“I might be lonely, but I ain’t alone here, so I keep on pushing the limits of what makes me” is one of the lines Asking Alexandria vocalist Danny Worsnop belts in the kick-off of the band’s fifth, and self-titled album’s opening track; “Alone In A Room”. It’s also the most definitive line of the entire record in that it describes Danny’s willingness to continue to expand himself in multiple unexpected directions as a musician. For a man who has dabbled in sonic equivalents of both love letters to the 80’s glam rock he grew up adoring and tell-all emotional country, it might come as a bit of or maybe no shock at all that he opens this record with a swaying vocal style that recalls more Usher and less Sammy Hagar. And if you think that’s his lone hat trick on this excursion, you are quite mistaken.
As a whole, Asking Alexandria aren’t satisfied with doing the same old, same old this time around either. Opting for a much more contemporary sound that better suits the title of one of the world’s fastest growing modern rock bands, ‘Asking Alexandria’ contains both gleaming, layered electronic production elements and raw “rawk” guitar tones. This may sound contradictory, but it also describes to a T the contrast Worsnop’s gruff rock voice offers the primarily pop-influenced backdrop he is often given here.
In an odd sort of way, the record moves forward but also looks back. This may be the band’s cleanest record since “Stand Up & Scream” in that Danny sings cleaner than he has in quite awhile and there is a prominent electronic element. While there’s no sporadic dance breaks, those elements are included in a much more cohesive way yet in a manner that their inclusion doesn’t feel textbook. “Alone In A Room” has a vocal sample dance hook in its bridge, “Under Denver” uses a pulsating synth the likes of which haven’t been heard on an Asking Alexandria record since 2009 and, oh yeah, there’s a hip hop track too that has the goal to be larger than life and nothing less. While these ideas don’t always work to the strength of the music itself, it’s nice to hear an experimental Asking Alexandria after The Black’s commitment to essentially re-writing ‘Reckless & Relentless’. This is after all, Danny’s return to the fold and the band are using the attention gained from that saga to break down creative barriers. More Depeche Mode & Fall Out Boy, less As I Lay Dying and Slipknot.

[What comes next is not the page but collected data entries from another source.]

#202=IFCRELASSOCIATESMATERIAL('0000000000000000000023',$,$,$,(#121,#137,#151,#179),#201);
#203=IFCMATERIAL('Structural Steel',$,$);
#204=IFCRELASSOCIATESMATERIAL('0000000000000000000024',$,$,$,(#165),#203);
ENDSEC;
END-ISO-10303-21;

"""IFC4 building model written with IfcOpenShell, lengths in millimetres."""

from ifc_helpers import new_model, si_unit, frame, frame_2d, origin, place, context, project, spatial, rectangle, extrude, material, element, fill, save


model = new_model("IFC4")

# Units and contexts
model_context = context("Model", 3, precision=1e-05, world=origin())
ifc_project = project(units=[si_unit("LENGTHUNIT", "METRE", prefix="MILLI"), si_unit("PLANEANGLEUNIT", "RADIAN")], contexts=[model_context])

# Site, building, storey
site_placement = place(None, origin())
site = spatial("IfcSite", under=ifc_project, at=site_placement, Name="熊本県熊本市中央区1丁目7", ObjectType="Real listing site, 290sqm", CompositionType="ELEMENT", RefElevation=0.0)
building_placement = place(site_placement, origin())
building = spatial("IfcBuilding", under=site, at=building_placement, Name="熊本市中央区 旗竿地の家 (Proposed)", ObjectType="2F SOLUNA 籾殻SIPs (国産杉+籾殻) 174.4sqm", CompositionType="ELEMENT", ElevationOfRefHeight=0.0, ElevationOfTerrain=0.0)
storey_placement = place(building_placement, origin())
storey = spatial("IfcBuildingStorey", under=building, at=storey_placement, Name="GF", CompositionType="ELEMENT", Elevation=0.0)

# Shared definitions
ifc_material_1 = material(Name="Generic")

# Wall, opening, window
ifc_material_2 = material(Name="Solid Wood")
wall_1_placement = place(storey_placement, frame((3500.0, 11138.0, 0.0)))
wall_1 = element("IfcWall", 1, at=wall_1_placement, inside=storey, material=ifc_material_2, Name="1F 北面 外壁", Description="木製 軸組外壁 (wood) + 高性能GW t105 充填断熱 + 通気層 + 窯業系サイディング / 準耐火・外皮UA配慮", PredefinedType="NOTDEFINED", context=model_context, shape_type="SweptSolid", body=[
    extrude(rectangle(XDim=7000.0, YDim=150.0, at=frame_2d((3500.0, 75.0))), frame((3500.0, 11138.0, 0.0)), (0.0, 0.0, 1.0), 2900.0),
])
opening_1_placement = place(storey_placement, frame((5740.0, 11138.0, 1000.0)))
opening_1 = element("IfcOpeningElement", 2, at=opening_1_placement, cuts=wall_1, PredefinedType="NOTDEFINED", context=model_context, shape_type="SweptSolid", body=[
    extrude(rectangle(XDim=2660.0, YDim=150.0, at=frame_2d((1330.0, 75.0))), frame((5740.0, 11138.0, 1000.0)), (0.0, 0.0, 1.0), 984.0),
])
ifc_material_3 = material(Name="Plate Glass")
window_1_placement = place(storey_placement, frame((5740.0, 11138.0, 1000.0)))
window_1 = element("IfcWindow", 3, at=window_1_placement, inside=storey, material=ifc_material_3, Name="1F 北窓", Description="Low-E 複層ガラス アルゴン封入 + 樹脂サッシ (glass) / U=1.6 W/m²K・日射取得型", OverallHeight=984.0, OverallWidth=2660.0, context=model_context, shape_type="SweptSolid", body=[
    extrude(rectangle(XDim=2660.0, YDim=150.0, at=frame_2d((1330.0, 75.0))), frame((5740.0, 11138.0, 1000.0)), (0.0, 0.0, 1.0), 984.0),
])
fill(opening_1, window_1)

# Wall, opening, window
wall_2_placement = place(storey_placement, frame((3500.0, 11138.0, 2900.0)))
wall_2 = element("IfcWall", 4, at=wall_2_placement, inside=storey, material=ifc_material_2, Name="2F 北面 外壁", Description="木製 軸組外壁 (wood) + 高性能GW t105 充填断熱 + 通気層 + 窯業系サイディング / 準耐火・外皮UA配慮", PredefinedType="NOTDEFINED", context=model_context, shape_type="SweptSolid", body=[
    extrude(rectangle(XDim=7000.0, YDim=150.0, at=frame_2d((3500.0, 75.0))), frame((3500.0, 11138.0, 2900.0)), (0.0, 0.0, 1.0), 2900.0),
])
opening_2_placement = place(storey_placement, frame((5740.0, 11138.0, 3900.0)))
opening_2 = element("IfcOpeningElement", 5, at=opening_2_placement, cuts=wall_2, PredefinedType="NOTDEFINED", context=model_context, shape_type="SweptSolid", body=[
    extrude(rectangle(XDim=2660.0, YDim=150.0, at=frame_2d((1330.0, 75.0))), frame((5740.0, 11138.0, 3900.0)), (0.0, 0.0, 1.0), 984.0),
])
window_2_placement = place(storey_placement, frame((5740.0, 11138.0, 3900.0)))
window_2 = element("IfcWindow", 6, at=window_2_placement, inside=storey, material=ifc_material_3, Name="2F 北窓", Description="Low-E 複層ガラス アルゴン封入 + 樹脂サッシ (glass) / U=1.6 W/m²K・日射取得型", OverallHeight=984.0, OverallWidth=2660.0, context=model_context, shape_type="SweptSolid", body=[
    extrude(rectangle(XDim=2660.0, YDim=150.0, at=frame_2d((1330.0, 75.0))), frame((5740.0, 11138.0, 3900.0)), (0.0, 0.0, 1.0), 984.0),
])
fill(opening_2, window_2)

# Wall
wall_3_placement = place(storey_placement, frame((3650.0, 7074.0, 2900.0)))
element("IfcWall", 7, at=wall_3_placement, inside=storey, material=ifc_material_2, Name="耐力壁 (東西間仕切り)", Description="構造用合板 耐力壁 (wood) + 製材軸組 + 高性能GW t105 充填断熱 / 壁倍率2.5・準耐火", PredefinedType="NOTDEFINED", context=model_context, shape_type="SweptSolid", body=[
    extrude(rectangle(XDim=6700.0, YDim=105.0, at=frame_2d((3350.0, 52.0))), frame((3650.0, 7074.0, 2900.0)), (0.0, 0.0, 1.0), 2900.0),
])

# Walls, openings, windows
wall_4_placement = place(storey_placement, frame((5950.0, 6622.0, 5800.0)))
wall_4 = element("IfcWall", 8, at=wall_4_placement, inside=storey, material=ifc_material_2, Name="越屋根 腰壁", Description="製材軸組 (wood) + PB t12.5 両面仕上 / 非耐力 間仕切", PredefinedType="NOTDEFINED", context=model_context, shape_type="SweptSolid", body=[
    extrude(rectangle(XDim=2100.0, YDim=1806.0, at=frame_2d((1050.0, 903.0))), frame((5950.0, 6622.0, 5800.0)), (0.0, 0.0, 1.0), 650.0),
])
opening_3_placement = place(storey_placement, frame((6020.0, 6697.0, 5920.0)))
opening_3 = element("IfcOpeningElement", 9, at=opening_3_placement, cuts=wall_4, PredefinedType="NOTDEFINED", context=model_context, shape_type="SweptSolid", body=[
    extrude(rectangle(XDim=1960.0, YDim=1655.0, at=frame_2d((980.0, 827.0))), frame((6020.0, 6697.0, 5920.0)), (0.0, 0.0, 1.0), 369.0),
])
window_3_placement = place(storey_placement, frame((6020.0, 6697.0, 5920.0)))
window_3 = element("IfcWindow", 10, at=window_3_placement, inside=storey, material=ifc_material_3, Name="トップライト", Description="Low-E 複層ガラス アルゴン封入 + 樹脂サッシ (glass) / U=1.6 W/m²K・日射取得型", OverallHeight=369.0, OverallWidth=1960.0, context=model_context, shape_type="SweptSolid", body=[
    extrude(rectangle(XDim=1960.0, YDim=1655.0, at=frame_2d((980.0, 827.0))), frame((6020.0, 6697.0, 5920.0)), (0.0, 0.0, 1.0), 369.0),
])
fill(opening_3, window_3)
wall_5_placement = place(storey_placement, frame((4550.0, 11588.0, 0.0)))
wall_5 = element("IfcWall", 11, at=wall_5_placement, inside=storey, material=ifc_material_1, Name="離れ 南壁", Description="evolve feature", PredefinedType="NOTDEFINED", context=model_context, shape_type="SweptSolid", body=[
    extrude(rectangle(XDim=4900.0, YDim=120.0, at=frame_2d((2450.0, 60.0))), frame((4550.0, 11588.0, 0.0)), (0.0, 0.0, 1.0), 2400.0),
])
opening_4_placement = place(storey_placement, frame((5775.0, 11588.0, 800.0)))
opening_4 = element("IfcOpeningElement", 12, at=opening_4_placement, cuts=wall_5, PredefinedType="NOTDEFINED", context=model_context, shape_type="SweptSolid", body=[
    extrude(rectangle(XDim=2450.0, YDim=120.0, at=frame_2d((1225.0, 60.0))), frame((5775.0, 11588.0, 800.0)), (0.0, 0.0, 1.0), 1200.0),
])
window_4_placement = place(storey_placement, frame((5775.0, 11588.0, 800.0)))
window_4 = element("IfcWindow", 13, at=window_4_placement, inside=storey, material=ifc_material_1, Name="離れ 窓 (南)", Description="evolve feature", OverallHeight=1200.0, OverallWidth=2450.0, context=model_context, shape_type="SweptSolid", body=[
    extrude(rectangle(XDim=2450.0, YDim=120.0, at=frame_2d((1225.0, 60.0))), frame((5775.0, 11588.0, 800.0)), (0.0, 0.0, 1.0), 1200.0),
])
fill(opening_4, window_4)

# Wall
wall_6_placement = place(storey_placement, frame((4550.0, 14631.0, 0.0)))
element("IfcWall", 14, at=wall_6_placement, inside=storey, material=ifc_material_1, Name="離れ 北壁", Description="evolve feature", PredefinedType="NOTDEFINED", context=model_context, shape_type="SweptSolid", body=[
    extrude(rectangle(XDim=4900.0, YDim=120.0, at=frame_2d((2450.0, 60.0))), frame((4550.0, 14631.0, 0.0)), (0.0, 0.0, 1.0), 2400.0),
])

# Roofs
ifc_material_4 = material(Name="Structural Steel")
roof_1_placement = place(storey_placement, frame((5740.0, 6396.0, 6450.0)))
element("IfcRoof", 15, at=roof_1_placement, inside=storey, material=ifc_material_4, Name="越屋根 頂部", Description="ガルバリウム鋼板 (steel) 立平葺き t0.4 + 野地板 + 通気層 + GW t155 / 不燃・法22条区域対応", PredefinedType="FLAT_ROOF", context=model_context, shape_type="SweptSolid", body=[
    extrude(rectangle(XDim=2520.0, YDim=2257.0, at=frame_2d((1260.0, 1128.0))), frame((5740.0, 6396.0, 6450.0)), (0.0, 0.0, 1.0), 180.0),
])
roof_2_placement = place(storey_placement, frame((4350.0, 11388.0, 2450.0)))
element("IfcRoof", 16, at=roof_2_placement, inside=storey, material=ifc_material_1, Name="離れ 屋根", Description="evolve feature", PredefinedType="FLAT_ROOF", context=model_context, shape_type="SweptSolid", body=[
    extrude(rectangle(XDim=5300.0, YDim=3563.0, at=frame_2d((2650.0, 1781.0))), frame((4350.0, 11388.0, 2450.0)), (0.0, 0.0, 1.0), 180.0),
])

The content itself is as diverse as its many ideas at play. First off, this is a more optimistic Asking Alexandria than we once knew. No longer are songs like “Run Free” and “Someone Somewhere” just brief glimmers of hope; This entire record is practically made of hope. That hope was born from the suffering that made the band’s entire career though, specifically Danny’s formerly destructive habits. And he is outspoken in his departure from such a lifestyle here, which makes the record one of substance and provides it more of a *gasp* mature air. “Room 138” particularly touches on the night Danny overdosed and nearly died in a California hotel room and its a hell of a reflective way to top off a record. On the other hand, the curveballs offered by writing songs about conspiracy theories and Adam and Eve are head-scratchers but they’re also sat between a one-take acoustic track about money hungry corporate monsters, so anything’s plausible.

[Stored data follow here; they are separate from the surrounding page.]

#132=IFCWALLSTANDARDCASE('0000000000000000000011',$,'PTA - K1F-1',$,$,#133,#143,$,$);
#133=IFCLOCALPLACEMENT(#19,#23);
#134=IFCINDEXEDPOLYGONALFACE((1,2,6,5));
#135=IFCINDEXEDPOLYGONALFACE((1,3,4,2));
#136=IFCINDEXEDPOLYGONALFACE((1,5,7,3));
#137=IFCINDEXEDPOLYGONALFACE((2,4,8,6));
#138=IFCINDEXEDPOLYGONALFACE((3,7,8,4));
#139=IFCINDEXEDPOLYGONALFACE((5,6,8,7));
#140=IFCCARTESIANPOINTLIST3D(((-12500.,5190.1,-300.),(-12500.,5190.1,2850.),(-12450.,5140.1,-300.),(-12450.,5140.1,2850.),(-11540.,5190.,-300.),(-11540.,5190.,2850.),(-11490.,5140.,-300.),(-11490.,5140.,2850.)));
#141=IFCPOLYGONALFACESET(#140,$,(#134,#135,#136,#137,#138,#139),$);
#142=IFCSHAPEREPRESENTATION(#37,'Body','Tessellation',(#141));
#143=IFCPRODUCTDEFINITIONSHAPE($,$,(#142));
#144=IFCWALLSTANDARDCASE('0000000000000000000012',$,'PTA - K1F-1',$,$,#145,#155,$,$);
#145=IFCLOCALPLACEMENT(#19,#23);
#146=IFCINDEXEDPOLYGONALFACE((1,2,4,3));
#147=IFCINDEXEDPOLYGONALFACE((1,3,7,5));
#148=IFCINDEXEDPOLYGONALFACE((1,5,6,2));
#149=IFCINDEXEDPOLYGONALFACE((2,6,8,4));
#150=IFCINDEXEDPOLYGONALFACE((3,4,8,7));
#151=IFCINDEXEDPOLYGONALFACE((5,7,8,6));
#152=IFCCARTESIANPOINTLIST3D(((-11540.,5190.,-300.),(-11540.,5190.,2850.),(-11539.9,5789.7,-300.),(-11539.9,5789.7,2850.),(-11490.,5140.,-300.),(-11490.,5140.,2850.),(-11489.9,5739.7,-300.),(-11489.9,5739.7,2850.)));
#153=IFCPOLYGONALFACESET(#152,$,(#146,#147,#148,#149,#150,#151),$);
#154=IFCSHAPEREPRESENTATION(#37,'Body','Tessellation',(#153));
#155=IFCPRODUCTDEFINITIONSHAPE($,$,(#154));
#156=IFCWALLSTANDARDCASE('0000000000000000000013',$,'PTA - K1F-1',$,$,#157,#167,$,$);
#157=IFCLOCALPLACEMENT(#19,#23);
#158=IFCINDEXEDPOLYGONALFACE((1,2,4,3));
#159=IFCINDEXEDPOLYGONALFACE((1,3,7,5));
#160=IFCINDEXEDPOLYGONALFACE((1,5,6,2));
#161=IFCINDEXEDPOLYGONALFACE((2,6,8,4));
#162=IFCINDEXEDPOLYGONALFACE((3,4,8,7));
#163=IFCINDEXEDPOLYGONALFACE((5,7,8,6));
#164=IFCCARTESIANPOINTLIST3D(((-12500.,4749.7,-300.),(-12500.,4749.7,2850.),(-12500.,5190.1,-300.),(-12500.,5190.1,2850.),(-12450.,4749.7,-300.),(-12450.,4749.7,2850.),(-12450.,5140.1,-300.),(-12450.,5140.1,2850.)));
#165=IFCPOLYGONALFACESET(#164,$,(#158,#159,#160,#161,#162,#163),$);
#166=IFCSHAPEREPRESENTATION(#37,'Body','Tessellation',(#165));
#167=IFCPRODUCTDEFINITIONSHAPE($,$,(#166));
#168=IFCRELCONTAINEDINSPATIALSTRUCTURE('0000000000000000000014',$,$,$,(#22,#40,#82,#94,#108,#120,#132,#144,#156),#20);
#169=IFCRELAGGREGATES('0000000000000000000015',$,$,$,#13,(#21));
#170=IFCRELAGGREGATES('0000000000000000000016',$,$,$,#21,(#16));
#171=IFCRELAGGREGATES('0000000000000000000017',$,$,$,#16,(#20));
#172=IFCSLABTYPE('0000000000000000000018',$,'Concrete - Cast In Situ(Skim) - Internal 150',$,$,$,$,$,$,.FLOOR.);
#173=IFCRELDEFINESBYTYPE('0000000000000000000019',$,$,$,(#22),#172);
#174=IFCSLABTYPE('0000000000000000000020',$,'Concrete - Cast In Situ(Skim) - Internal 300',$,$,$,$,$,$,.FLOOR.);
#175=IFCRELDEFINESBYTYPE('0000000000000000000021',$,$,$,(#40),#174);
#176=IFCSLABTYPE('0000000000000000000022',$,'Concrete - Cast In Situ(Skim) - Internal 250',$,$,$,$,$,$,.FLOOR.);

The band’s improved headspace makes this already much different from their past offerings which were fun albeit flawed escapisms. Ranging from tranquil (“Hopelessly Hopeful”, “Under Denver”) to grandiose (“Into The Fire”, “Rise Up”, “When The Lights Come On”), Asking Alexandria are a tighter unit by playing around Danny’s expansive vocal abilities, though admittedly subdued to allow him most of the expression. This decision makes sense for a bigger sense of atmosphere, build-up and ultimately, a focus on emotion. It does leave some fans who were expecting flashy guitar solos and more guitar musicianship out in the cold, however. Keep in mind though, those patient enough to dive deep into this record will find some stellar moments. Drummer James Cassells portrays so much more energy with his snare than before, especially in “I Am One” and “Hopelessly Hopeful”. There’s a notable bass progression from bassist Sam Bettley in “Into The Fire” that makes the lead-up to the chorus feel that much more significant. It’s all “in-the-pocket musicianship, but that doesn’t mean it isn’t impressive.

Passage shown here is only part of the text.